It’s good to be back writing after a tough few months. For the last couple of years, I was a caregiver for my boyfriend’s father as he battled with Cancer. He lived with us for a while and we both took care of him until he lost his fight with this horrible disease in June. This was one of the hardest things to go through. I got close to him and loved him like family. I miss him and think about him daily. We watched him decline and at times I felt useless in fighting this fight with him.
As a Wellness Coach, I understand the dynamics of disease and what it does to a person emotionally and physically. But being on the other side is a different story. As a caregiver, it was so challenging to give him the space he needed and know what the right thing to do for him was. So today I thought I would share some of what we went through to help other caregivers deal with their struggles.
The Challenges of a Caregiver
As a person who has experienced chronic pain daily, I understand the struggle on the part of the patient. You feel alone, you feel worthless and useless at times and it’s hard because you don’t feel like a contributing member of society sometimes. You are in pain and most likely struggle with Depression and Anxiety at some point during your fight. The caregiver can also feel similar emotions as well during the journey.
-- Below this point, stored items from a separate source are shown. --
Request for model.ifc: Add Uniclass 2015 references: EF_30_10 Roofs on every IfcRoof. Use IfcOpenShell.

First a look at what the model holds.

```python
import ifcopenshell

model = ifcopenshell.open("model.ifc")
print(model.schema)
print("classifications:", [c.Name for c in model.by_type("IfcClassification")])
for ifc_class in ("IfcDoor", "IfcRoof", "IfcStair", "IfcWall", "IfcWindow"):
    print(ifc_class, len(model.by_type(ifc_class)))
```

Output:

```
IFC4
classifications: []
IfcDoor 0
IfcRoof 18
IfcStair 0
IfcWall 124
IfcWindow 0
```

```python
import ifcopenshell
import ifcopenshell.api.classification

model = ifcopenshell.open("model.ifc")

system = ifcopenshell.api.classification.add_classification(model, classification="Uniclass 2015")

codes = {
    "IfcRoof": ("EF_30_10", "Roofs"),
}
for ifc_class, (code, name) in codes.items():
    products = model.by_type(ifc_class)
    ifcopenshell.api.classification.add_reference(
        model, products=products, classification=system, identification=code, name=name
    )
    print(code, len(products))

model.write("model_v2.ifc")
```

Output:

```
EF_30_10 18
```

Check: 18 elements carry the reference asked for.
I never fully realized the challenges of a caregiver until I actually had to go through it personally.
Even as a healthcare professional, treating people with injuries in my massage therapy practice is totally different than caring for a loved one in so many ways. There are totally different struggles when you are in the position of a caregiver. You never really get a break especially if you live with the patient. It’s always on your mind how you can do better and help them have a better quality of life.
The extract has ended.